Deze François is innemend, en naar uiterlijk sterk gelijkend op Houellebecq die net als zijn hoofdpersoon in het hart van het Parijse Chinatown woont. Geleidelijk transformeert hij zijn monoloog naar een steeds giftiger aanklacht tegen de westerse consumptiemaatschappij, de genotvolle libertijnse levensstijl van alcohol en seks en de teloorgang van idealen. In de toekomstroman Soumission schetst hij het Frankrijk van 2022 waarin de islamisering zich langs lijnen van geleidelijkheid heeft voltrokken. De gematigde partijen sluiten een bond met de Moslimbroederschap van de ambitieuze politicus Mohammed Ben Abbes. Hiermee staat het Front National van Marine Le Pen buitenspel. In Houellebecqs visie heeft het krachtenspel van moslimfundamentalisme en extreem rechts in Frankrijk voor een gunstige tijd voor de islam gezorgd. Pikant en veelzeggend detail is dat François het aanvankelijk gemunt heeft op zijn universitaire collega’s die zich uit angst voor ontslag aansluiten bij de Sorbonne, die geheel in handen van de islam is. Extreem hoog salaris lokt hen, maar ook de seksuele geneugten meerdere vrouwen te mogen bezitten.

Net als in Houellebecqs meest omstreden en beroemdste roman, Elementaire deeltjes (1998), richt hij zijn gram op de teloorgang van idealen in de westerse maatschappij. Maar de roman navertellen doet geen recht aan de theatraliteit van Selges spel en de razend knappe regie van Beier. Halverwege Selges kruistocht tegen het Franse denken, dat zich vooringenomen keert tegen de islam, raakt zijn hoofdpersoon in crisis: hij schminkt zich wit als een clown, drinkt, veegt de vlekken uit zijn sjofele kleren en trekt zich terug in zijn hol. Dan triomfeert hij geleidelijk naarmate hij inziet dat de islam als enige religie de ‘wereld als geheel begrijpt’. Opeens wijkt het gitzwarte kruis naar achteren, ruimen twee gesluierde moslima’s de rommel van de consumptiemaatschappij op en kleedt François zich in stralend wit.
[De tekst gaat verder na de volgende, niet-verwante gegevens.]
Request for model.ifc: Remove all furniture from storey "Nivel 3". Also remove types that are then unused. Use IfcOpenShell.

First a look at what the model holds.

```python
import ifcopenshell
import ifcopenshell.util.element

model = ifcopenshell.open("model.ifc")
print(model.schema)
storey = next(s for s in model.by_type("IfcBuildingStorey") if s.Name == "Nivel 3")
furniture = [e for e in ifcopenshell.util.element.get_decomposition(storey) if e.is_a("IfcFurnishingElement")]
seen = {}
for e in furniture:
    element_type = ifcopenshell.util.element.get_type(e)
    name = element_type.Name if element_type not in (None, e) else None
    seen[name] = seen.get(name, 0) + 1
for name, count in sorted(seen.items(), key=str):
    print(count, "x", name)
```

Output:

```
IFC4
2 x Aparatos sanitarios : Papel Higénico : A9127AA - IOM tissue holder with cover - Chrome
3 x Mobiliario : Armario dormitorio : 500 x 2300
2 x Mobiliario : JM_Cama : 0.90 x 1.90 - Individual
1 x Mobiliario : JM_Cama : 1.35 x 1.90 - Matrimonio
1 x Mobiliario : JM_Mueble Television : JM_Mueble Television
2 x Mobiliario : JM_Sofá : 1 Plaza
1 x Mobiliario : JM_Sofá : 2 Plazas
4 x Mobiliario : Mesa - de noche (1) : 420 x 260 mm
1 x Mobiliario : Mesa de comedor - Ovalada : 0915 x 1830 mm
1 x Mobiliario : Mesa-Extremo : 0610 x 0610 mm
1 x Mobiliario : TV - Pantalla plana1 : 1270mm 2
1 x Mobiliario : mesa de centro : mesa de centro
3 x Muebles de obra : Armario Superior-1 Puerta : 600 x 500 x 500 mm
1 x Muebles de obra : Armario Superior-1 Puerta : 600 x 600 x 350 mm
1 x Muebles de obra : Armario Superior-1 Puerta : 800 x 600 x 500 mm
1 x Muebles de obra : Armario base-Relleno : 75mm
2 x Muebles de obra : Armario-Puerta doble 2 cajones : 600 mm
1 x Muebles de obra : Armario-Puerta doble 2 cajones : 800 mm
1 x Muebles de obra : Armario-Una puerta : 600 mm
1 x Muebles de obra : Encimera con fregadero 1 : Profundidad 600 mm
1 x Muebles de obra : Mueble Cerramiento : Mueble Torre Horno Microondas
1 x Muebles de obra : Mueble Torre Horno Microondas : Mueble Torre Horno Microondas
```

```python
import ifcopenshell
import ifcopenshell.api.root
import ifcopenshell.util.element

model = ifcopenshell.open("model.ifc")

storey = next(s for s in model.by_type("IfcBuildingStorey") if s.Name == "Nivel 3")
furniture = [e for e in ifcopenshell.util.element.get_decomposition(storey) if e.is_a("IfcFurnishingElement")]
types = {ifcopenshell.util.element.get_type(e) for e in furniture} - {None, *furniture}

for e in furniture:
    ifcopenshell.api.root.remove_product(model, product=e)
print(len(furniture), "removed")

unused = [t for t in types if not ifcopenshell.util.element.get_types(t)]
for t in unused:
    ifcopenshell.api.root.remove_product(model, product=t)
print(len(unused), "unused types removed")

model.write("model-out.ifc")
```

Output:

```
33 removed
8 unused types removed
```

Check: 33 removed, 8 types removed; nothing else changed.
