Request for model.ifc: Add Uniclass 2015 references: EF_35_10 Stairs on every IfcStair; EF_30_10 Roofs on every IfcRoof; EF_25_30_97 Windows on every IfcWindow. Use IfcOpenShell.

First a look at what the model holds.

```python
import ifcopenshell

model = ifcopenshell.open("model.ifc")
print(model.schema)
print("classifications:", [c.Name for c in model.by_type("IfcClassification")])
for ifc_class in ("IfcDoor", "IfcRoof", "IfcStair", "IfcWall", "IfcWindow"):
    print(ifc_class, len(model.by_type(ifc_class)))
```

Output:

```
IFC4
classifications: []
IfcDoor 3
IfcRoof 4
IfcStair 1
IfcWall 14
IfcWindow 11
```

```python
import ifcopenshell
import ifcopenshell.api.classification

model = ifcopenshell.open("model.ifc")

system = ifcopenshell.api.classification.add_classification(model, classification="Uniclass 2015")

codes = {
    "IfcStair": ("EF_35_10", "Stairs"),
    "IfcRoof": ("EF_30_10", "Roofs"),
    "IfcWindow": ("EF_25_30_97", "Windows"),
}
for ifc_class, (code, name) in codes.items():
    products = model.by_type(ifc_class)
    ifcopenshell.api.classification.add_reference(
        model, products=products, classification=system, identification=code, name=name
    )
    print(code, len(products))

model.write("model_rev.ifc")
```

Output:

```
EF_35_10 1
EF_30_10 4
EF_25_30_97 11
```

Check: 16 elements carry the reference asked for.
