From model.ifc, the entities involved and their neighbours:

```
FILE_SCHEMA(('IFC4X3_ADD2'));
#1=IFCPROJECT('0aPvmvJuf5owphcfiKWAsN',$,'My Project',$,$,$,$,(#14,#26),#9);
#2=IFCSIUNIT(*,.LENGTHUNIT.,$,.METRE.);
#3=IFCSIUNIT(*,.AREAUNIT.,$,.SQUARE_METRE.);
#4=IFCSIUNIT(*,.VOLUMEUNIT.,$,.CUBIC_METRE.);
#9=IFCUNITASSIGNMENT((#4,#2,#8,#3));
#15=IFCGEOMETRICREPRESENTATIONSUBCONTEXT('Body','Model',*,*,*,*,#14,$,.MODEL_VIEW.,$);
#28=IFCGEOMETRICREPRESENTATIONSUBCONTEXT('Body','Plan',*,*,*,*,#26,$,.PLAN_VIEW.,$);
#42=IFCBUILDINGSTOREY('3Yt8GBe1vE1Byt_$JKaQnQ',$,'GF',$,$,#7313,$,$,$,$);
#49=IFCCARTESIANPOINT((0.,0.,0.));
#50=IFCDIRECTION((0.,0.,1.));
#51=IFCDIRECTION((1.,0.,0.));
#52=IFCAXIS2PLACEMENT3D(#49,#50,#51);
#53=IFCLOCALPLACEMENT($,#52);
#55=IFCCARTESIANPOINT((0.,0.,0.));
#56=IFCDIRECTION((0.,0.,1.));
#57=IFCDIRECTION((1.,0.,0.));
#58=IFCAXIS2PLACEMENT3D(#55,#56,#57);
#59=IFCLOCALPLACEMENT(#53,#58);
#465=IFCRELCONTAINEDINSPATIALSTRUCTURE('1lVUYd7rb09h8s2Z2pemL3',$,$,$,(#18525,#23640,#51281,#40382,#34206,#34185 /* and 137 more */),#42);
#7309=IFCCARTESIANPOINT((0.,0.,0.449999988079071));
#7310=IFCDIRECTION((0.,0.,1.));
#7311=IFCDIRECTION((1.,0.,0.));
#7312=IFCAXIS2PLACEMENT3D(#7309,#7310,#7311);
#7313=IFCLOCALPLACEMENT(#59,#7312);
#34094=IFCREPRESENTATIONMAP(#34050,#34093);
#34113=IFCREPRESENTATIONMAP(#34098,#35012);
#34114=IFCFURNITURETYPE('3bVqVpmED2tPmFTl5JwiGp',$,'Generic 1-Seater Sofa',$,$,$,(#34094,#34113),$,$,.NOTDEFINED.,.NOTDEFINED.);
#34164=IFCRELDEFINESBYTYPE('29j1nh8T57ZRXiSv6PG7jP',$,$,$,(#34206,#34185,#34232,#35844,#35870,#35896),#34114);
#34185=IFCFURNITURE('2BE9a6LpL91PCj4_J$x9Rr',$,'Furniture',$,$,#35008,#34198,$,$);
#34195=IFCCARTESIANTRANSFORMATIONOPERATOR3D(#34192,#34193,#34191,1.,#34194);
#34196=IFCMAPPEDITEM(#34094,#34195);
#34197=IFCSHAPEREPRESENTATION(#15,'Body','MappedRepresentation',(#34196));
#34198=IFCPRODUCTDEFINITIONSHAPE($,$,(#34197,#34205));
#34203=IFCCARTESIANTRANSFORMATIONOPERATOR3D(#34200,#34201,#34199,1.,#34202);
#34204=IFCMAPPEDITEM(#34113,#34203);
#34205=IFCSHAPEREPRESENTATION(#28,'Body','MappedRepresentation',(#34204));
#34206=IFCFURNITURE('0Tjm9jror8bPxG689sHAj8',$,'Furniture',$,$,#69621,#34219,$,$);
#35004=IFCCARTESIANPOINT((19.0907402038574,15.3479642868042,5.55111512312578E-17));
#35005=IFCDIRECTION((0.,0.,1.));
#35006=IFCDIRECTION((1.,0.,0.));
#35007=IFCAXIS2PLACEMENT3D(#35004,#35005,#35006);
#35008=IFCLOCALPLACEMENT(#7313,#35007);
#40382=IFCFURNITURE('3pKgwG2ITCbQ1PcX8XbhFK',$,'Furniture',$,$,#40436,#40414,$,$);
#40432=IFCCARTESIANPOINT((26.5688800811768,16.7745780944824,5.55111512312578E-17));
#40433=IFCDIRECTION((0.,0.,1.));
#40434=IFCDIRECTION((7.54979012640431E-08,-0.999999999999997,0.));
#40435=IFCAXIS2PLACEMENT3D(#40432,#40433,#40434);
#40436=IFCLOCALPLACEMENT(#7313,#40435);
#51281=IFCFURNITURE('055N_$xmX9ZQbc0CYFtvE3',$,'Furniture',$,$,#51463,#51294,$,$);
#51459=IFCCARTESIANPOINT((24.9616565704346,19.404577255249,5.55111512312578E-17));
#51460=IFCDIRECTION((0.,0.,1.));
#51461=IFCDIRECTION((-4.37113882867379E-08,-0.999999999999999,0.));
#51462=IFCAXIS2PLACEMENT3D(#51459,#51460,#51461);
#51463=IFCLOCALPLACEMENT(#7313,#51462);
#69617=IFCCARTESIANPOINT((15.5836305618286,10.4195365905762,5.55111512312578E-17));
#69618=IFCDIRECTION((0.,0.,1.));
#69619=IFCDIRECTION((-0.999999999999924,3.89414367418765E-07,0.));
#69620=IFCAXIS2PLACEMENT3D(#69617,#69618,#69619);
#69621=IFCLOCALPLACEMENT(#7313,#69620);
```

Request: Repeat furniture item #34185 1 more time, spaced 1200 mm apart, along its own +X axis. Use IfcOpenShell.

```python
import ifcopenshell
import ifcopenshell.api.geometry
import ifcopenshell.api.root
import ifcopenshell.util.element
import ifcopenshell.util.placement

model = ifcopenshell.open("model.ifc")

source = model.by_id(34185)
base = ifcopenshell.util.placement.get_local_placement(source.ObjectPlacement)
step = base[:3, 0] * 1.2

for i in range(1, 2):
    copy = ifcopenshell.api.root.copy_class(model, product=source)
    copy.Representation = ifcopenshell.util.element.copy_deep(
        model, source.Representation, exclude=["IfcGeometricRepresentationContext", "IfcRepresentationMap"]
    )
    matrix = base.copy()
    matrix[:3, 3] += i * step
    print("added at", matrix[:3, 3].round(3) + 0.0)
    ifcopenshell.api.geometry.edit_object_placement(model, product=copy, matrix=matrix, is_si=False)

model.write("model_v2.ifc")
```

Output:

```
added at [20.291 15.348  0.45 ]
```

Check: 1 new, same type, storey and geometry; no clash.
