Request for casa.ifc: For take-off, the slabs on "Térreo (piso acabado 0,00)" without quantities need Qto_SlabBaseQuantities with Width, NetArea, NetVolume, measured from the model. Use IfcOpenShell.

First a look at what the model holds.

```python
import ifcopenshell
import ifcopenshell.util.element
import ifcopenshell.util.unit

model = ifcopenshell.open("casa.ifc")
print(model.schema)
for unit_type in ("LENGTHUNIT", "AREAUNIT", "VOLUMEUNIT"):
    print(unit_type, ifcopenshell.util.unit.calculate_unit_scale(model, unit_type))
storey = next(s for s in model.by_type("IfcBuildingStorey") if s.Name == "Térreo (piso acabado 0,00)")
slabs = [e for e in ifcopenshell.util.element.get_decomposition(storey) if e.is_a("IfcSlab")]
for e in sorted(slabs, key=lambda e: e.id()):
    print(e.id(), e.is_a(), e.Name, list(ifcopenshell.util.element.get_psets(e, qtos_only=True)), sep=" | ")
```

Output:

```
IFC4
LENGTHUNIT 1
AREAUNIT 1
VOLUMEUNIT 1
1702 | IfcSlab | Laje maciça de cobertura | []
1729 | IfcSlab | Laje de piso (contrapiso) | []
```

```python
import ifcopenshell
import ifcopenshell.api.pset
import ifcopenshell.geom
import ifcopenshell.util.element
import ifcopenshell.util.shape
import ifcopenshell.util.unit

model = ifcopenshell.open("casa.ifc")
unit_scale = ifcopenshell.util.unit.calculate_unit_scale(model)
area_scale = ifcopenshell.util.unit.calculate_unit_scale(model, "AREAUNIT")
volume_scale = ifcopenshell.util.unit.calculate_unit_scale(model, "VOLUMEUNIT")
settings = ifcopenshell.geom.settings()

storey = next(s for s in model.by_type("IfcBuildingStorey") if s.Name == "Térreo (piso acabado 0,00)")
slabs = [e for e in ifcopenshell.util.element.get_decomposition(storey) if e.is_a("IfcSlab")]

for e in sorted(slabs, key=lambda e: e.id()):
    if ifcopenshell.util.element.get_psets(e, qtos_only=True, should_inherit=False):
        continue
    # Geometry comes back in metres, in the element's own axes.
    shape = ifcopenshell.geom.create_shape(settings, e)
    values = {
        "Width": ifcopenshell.util.shape.get_z(shape.geometry) / unit_scale,
        "NetArea": ifcopenshell.util.shape.get_footprint_area(shape.geometry) / area_scale,
        "NetVolume": ifcopenshell.util.shape.get_volume(shape.geometry) / volume_scale,
    }
    qto = ifcopenshell.api.pset.add_qto(model, product=e, name="Qto_SlabBaseQuantities")
    ifcopenshell.api.pset.edit_qto(model, qto=qto, properties=values)
    print(e.id(), {k: round(v, 3) for k, v in values.items()})

model.write("casa_updated.ifc")
```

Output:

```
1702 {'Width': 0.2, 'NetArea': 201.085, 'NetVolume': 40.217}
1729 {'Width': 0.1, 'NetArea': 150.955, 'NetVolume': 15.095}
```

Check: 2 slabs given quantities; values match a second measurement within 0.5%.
Hij bekeert zich tot de islam en vindt een nieuw geluk, een nieuwe geborgenheid. Sleutelwoord is ‘onderwerping’, wat trouwens de letterlijke vertaling is van islam. Onderworpenheid van de vrouw aan de man is een goed, een gunst en voorrecht, en allesbehalve een kwalijke zaak. Het is verschrikkelijk knap van Selge dat hij als een verbale muzikant naar dit woord toewerkt, totdat het bijna als een groots akkoord klinkt. Onderwerping. Uiteindelijk is alles licht en klinkt er Arabische muziek. Om nog eens de overtreffende trap te gebruiken: nog knapper is het dat Selges monoloog vol wanhoop schuilt en toch ook een verlossende weg biedt. Het is aan de toeschouwer die keuze te maken.

Eerder was in het Brandhaarden-festival Beiers regie van Schiff der Träume te zien, geïnspireerd door Fellini’s film E la nave va. Ook hierin toont ze het westerse ongemak en de angst voor het vreemde, in dit geval Afrikaanse vluchtelingen die een luxe cruiseschip in de mediterrane wateren tot hun eigendom verklaren. In zowel Unterwerfung als Schiff der Träume geeft Beier impliciet antwoord op de klemmende vraag die in Nederlandse theaterkringen zo vaak word gesteld: ‘Waarom is het Duitse theater zoveel geëngageerder, zoveel politieker?’ Het antwoord ligt in het woord ‘moed’: het Duitse theater durft actuele vragen te stellen die ongemakkelijk zijn, die ons dwingen een eigen standpunt in te nemen. Men kiest nooit voor de makkelijke weg om het grote publiek aan zich te binden met zogenaamd aanspreekbare voorstellingen. Het Duitse theater dwingt tot denken.